We drive out to see the seals who have come in to give birth to their pups at Donna Nook, not that far from us. After we arrive, we see lots of people kitted out with super long lenses and binoculars and I wonder if we’ll be marked out as the newbies who turn up expecting to see seals with their own eyes. Well ha! in the face of those sceptics! We see seals aplenty and watch the bulls square up to each other making the most eerie noise. And boy, can they move on land! Even at my fittest I don’t think I could outrun a seal. I’m ashamed to say we are so excited to see them that I forget which kind they were but I think they are grey seals and really worth visiting. The car park is pretty full when we pull in and the only space left is a disabled one, which, as you know, is wider than most. A woman comes running up and asks very nicely but in a head-waggling way and with her voice pitched higher than normal if we would move the car over so she can squeeze in? I tell her it’s a disabled space and she looks at me, crestfallen, saying “Is it?” like I was a 5 year old who has filled his pants inauspiciiously. Later on, we see her on the walk and she looks at me pityingly when she sees my stick. I don’t even bare my teeth. Some days even the nicest people just get on your tit(s).
On the way to Donna Nook I point out a shop to Ms Marsden called Brian’s Pickles. As far as we can tell over several years, Brian does nothing but pickle. He has told us his pickles are requested in the highest circles and the finest hotels. They are bought for society events etc etc and seems generally a nice chap. Early one morning when I was awake when I shouldn’t have been, I found Brian’s Pickles Health Rating on the internet. 5 being the cleanest of establishments, Brian scores a lowly 1. This gives rise to speculation in the car as to what Brian is missing to get that all important 2 or, conversely, what he does or does not do to merit such a low score. Not washing hands? Not washing jars? We are mystified but feel better than possibly the higher echelons of society who always crave Brian’s Pickles.
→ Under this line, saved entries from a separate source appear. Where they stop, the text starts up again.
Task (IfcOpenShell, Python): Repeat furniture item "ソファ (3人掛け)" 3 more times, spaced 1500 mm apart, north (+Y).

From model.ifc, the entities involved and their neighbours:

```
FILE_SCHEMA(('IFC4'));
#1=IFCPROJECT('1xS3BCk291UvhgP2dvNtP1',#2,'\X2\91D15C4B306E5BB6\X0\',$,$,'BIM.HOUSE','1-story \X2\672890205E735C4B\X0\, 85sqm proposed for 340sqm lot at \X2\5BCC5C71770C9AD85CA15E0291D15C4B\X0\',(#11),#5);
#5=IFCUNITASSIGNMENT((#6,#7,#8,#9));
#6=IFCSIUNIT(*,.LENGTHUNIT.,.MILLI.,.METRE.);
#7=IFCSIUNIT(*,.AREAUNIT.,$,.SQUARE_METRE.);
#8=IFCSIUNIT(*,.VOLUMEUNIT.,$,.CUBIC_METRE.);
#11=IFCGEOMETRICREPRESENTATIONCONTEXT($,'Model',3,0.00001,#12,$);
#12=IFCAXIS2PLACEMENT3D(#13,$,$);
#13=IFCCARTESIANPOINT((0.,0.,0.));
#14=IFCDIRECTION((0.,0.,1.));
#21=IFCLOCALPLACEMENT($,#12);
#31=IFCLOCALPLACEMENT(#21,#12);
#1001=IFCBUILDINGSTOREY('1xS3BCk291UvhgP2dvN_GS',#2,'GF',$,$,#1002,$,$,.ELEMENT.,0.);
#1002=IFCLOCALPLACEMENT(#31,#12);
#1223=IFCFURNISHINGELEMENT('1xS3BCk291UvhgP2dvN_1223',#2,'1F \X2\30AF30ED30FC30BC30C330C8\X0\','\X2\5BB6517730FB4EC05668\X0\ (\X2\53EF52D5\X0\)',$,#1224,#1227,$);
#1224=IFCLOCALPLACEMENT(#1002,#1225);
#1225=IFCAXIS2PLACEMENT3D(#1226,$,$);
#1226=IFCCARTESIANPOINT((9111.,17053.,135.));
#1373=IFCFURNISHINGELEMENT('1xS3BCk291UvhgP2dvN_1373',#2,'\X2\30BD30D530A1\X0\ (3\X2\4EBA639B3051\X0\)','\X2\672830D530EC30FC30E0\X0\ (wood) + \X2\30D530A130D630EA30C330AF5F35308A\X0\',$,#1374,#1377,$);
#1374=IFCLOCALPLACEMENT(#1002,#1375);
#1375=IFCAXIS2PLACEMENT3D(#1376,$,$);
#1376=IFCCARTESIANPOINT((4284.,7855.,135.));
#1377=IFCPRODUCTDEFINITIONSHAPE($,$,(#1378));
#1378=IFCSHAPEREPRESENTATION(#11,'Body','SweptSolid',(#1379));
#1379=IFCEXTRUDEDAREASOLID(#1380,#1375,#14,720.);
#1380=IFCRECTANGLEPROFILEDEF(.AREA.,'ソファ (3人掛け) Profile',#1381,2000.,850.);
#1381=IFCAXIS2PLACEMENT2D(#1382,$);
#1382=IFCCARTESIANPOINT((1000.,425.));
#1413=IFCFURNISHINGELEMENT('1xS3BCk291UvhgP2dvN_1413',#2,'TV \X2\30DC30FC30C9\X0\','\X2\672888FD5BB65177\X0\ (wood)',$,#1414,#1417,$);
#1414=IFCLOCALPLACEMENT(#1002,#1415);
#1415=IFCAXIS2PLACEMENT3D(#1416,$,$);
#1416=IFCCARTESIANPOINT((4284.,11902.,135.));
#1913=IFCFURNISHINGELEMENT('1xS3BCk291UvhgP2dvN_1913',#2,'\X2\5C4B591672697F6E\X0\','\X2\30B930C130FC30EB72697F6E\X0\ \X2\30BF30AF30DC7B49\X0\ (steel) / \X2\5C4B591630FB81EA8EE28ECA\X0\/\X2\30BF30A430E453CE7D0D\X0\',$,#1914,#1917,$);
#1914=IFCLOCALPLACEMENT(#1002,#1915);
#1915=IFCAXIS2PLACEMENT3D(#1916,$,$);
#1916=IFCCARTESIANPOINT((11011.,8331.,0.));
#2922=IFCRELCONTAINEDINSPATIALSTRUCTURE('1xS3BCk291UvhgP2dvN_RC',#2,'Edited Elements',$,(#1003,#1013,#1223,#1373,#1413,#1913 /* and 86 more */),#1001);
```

```python
import numpy as np
import ifcopenshell
import ifcopenshell.api.geometry
import ifcopenshell.api.root
import ifcopenshell.util.element
import ifcopenshell.util.placement
import ifcopenshell.util.unit

model = ifcopenshell.open("model.ifc")
unit_scale = ifcopenshell.util.unit.calculate_unit_scale(model)


def reuse_history(source, copy):
    """copy_class also copies each property set's owner history, people and application; keep the originals."""
    for rel in copy.IsDefinedBy:
        if rel.is_a("IfcRelDefinesByProperties") and (history := rel.RelatingPropertyDefinition.OwnerHistory):
            rel.RelatingPropertyDefinition.OwnerHistory = source.OwnerHistory
            ifcopenshell.util.element.remove_deep2(model, history)


source = model.by_guid("1xS3BCk291UvhgP2dvN_1373")
base = ifcopenshell.util.placement.get_local_placement(source.ObjectPlacement)
step = np.array([0.0, 1.0, 0.0]) * 1.5 / unit_scale

for i in range(1, 4):
    copy = ifcopenshell.api.root.copy_class(model, product=source)
    copy.Representation = ifcopenshell.util.element.copy_deep(
        model, source.Representation, exclude=["IfcGeometricRepresentationContext", "IfcRepresentationMap"]
    )
    reuse_history(source, copy)
    matrix = base.copy()
    matrix[:3, 3] += i * step
    print("added at", matrix[:3, 3].round(3) + 0.0)
    ifcopenshell.api.geometry.edit_object_placement(model, product=copy, matrix=matrix, is_si=False)

model.write("model_updated.ifc")
```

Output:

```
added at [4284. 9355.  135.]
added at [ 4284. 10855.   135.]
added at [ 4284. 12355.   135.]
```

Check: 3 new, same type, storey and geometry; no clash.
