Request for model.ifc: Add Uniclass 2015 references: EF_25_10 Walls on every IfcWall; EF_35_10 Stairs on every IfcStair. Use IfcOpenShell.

First a look at what the model holds.

```python
import ifcopenshell

model = ifcopenshell.open("model.ifc")
print(model.schema)
print("classifications:", [c.Name for c in model.by_type("IfcClassification")])
for ifc_class in ("IfcDoor", "IfcRoof", "IfcStair", "IfcWall", "IfcWindow"):
    print(ifc_class, len(model.by_type(ifc_class)))
```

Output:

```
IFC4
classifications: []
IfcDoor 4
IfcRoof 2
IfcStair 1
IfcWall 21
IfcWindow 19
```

```python
import ifcopenshell
import ifcopenshell.api.classification

model = ifcopenshell.open("model.ifc")

system = ifcopenshell.api.classification.add_classification(model, classification="Uniclass 2015")

codes = {
    "IfcWall": ("EF_25_10", "Walls"),
    "IfcStair": ("EF_35_10", "Stairs"),
}
for ifc_class, (code, name) in codes.items():
    products = model.by_type(ifc_class)
    ifcopenshell.api.classification.add_reference(
        model, products=products, classification=system, identification=code, name=name
    )
    print(code, len(products))

model.write("model_edited.ifc")
```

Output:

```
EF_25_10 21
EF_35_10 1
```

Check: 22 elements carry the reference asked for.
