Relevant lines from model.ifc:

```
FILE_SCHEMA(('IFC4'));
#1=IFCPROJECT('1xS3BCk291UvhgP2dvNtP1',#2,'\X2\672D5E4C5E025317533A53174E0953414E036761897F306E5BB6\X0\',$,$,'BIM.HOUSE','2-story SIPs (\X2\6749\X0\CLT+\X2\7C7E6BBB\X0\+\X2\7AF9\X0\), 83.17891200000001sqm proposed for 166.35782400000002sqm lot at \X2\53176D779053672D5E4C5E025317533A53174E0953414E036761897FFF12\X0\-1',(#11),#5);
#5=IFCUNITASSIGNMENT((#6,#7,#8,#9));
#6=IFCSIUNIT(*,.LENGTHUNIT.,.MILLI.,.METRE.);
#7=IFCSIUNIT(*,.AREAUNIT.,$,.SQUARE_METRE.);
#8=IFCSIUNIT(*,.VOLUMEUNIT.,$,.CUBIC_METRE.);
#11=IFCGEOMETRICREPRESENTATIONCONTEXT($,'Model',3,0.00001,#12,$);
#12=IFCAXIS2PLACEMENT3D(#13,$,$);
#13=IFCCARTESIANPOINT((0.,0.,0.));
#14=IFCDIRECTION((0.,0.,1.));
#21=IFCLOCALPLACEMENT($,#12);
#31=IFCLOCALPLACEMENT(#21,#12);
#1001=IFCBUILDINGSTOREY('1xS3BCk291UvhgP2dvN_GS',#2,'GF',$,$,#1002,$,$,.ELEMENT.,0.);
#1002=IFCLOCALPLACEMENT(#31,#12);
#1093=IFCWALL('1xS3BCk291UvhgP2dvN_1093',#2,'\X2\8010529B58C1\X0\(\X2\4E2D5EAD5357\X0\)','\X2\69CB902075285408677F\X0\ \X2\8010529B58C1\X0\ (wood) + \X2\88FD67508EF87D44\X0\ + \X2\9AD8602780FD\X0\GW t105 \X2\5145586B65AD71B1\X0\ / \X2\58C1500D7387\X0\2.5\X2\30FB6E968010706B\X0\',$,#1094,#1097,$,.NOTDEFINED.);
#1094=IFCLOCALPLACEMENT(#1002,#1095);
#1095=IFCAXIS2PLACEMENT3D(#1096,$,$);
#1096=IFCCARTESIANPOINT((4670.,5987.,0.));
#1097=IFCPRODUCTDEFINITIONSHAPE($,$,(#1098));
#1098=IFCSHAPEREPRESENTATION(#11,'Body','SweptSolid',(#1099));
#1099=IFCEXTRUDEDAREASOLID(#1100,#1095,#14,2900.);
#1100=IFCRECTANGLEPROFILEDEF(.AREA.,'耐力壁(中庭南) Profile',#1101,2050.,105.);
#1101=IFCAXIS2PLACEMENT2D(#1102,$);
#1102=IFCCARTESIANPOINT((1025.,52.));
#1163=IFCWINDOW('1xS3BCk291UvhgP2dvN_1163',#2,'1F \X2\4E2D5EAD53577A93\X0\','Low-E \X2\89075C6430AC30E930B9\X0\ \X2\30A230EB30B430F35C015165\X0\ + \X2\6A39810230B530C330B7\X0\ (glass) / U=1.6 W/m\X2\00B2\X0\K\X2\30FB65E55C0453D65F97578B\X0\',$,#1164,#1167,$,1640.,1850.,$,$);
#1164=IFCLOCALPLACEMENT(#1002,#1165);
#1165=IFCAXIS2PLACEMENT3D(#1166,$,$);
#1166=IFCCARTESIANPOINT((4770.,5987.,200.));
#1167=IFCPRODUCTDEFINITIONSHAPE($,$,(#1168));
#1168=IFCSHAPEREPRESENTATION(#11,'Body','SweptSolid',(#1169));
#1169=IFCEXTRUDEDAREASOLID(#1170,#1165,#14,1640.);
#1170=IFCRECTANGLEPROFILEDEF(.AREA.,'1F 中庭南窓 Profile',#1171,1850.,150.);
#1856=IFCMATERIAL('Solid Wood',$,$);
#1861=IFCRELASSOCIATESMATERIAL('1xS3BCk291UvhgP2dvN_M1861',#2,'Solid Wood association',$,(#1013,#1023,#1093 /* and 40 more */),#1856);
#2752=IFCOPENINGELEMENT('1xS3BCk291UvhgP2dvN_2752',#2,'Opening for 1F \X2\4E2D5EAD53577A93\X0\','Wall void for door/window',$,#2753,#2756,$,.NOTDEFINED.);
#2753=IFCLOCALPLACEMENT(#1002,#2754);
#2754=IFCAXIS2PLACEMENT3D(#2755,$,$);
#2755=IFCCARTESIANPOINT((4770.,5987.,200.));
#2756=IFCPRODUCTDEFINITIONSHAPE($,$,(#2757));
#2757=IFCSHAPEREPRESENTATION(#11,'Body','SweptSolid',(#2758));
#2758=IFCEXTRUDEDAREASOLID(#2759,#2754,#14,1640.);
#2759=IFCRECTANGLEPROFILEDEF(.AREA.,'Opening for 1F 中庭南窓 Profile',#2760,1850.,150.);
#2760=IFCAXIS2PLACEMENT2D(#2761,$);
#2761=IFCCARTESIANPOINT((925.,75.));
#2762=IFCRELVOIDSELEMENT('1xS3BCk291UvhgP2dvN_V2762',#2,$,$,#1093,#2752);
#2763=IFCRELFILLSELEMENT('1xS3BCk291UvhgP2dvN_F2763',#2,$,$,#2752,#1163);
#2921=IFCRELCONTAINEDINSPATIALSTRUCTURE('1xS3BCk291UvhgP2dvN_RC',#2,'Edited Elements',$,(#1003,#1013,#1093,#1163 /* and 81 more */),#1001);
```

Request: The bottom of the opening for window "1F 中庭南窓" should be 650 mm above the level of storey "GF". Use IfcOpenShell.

```python
import numpy as np
import ifcopenshell
import ifcopenshell.api.geometry
import ifcopenshell.geom
import ifcopenshell.util.element
import ifcopenshell.util.placement
import ifcopenshell.util.shape
import ifcopenshell.util.unit

model = ifcopenshell.open("model.ifc")
unit_scale = ifcopenshell.util.unit.calculate_unit_scale(model)

window = model.by_guid("1xS3BCk291UvhgP2dvN_1163")
opening = window.FillsVoids[0].RelatingOpeningElement
storey = ifcopenshell.util.element.get_container(window, ifc_class="IfcBuildingStorey")
level = ifcopenshell.util.placement.get_local_placement(storey.ObjectPlacement)[2, 3]

# The opening's origin need not be at the sill, so measure its lowest point.
shape = ifcopenshell.geom.create_shape(ifcopenshell.geom.settings(), opening)
bottom = ifcopenshell.util.shape.get_shape_bottom_elevation(shape, shape.geometry) / unit_scale
dz = level + 0.65 / unit_scale - bottom

shift = np.array([0.0, 0.0, dz])
# The window is not placed relative to its opening, so move both.
for product in (opening, window):
    matrix = ifcopenshell.util.placement.get_local_placement(product.ObjectPlacement)
    matrix[:3, 3] += shift
    ifcopenshell.api.geometry.edit_object_placement(model, product=product, matrix=matrix, is_si=False)

print(f"moved by {dz * unit_scale:+.3f} m")

model.write("model_updated.ifc")
```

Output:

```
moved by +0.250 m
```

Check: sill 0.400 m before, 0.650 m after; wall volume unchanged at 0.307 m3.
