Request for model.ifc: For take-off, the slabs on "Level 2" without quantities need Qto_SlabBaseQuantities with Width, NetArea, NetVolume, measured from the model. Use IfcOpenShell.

First a look at what the model holds.

```python
import ifcopenshell
import ifcopenshell.util.element
import ifcopenshell.util.unit

model = ifcopenshell.open("model.ifc")
print(model.schema)
for unit_type in ("LENGTHUNIT", "AREAUNIT", "VOLUMEUNIT"):
    print(unit_type, ifcopenshell.util.unit.calculate_unit_scale(model, unit_type))
storey = next(s for s in model.by_type("IfcBuildingStorey") if s.Name == "Level 2")
slabs = [e for e in ifcopenshell.util.element.get_decomposition(storey) if e.is_a("IfcSlab")]
for e in sorted(slabs, key=lambda e: e.id()):
    print(e.id(), e.is_a(), e.Name, list(ifcopenshell.util.element.get_psets(e, qtos_only=True)), sep=" | ")
```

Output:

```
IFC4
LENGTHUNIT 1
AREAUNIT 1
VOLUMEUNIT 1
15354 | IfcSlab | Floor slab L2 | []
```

```python
import ifcopenshell
import ifcopenshell.api.pset
import ifcopenshell.geom
import ifcopenshell.util.element
import ifcopenshell.util.shape
import ifcopenshell.util.unit

model = ifcopenshell.open("model.ifc")
unit_scale = ifcopenshell.util.unit.calculate_unit_scale(model)
area_scale = ifcopenshell.util.unit.calculate_unit_scale(model, "AREAUNIT")
volume_scale = ifcopenshell.util.unit.calculate_unit_scale(model, "VOLUMEUNIT")
settings = ifcopenshell.geom.settings()

storey = next(s for s in model.by_type("IfcBuildingStorey") if s.Name == "Level 2")
slabs = [e for e in ifcopenshell.util.element.get_decomposition(storey) if e.is_a("IfcSlab")]

for e in sorted(slabs, key=lambda e: e.id()):
    if ifcopenshell.util.element.get_psets(e, qtos_only=True, should_inherit=False):
        continue
    # Geometry comes back in metres, in the element's own axes.
    shape = ifcopenshell.geom.create_shape(settings, e)
    values = {
        "Width": ifcopenshell.util.shape.get_z(shape.geometry) / unit_scale,
        "NetArea": ifcopenshell.util.shape.get_footprint_area(shape.geometry) / area_scale,
        "NetVolume": ifcopenshell.util.shape.get_volume(shape.geometry) / volume_scale,
    }
    qto = ifcopenshell.api.pset.add_qto(model, product=e, name="Qto_SlabBaseQuantities")
    ifcopenshell.api.pset.edit_qto(model, qto=qto, properties=values)
    print(e.id(), {k: round(v, 3) for k, v in values.items()})

model.write("model_v2.ifc")
```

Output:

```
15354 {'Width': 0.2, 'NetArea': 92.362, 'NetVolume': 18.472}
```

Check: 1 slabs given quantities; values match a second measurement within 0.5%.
It’s taken ages to get this blog down as I’m spending increasing time in bed feeling exhausted and in general pain. I try not to take the extra morphine available to me but I don’t want to live in bed, either. I just want it all to stop and go away. Cancer, I’m having none of you. You can fuck off and pester someone else although I can’t think who deserves it, either. Cancer, go and eat a jar of Brian’s Pickles and see how you feel then. A taste of your own medicine, perhaps.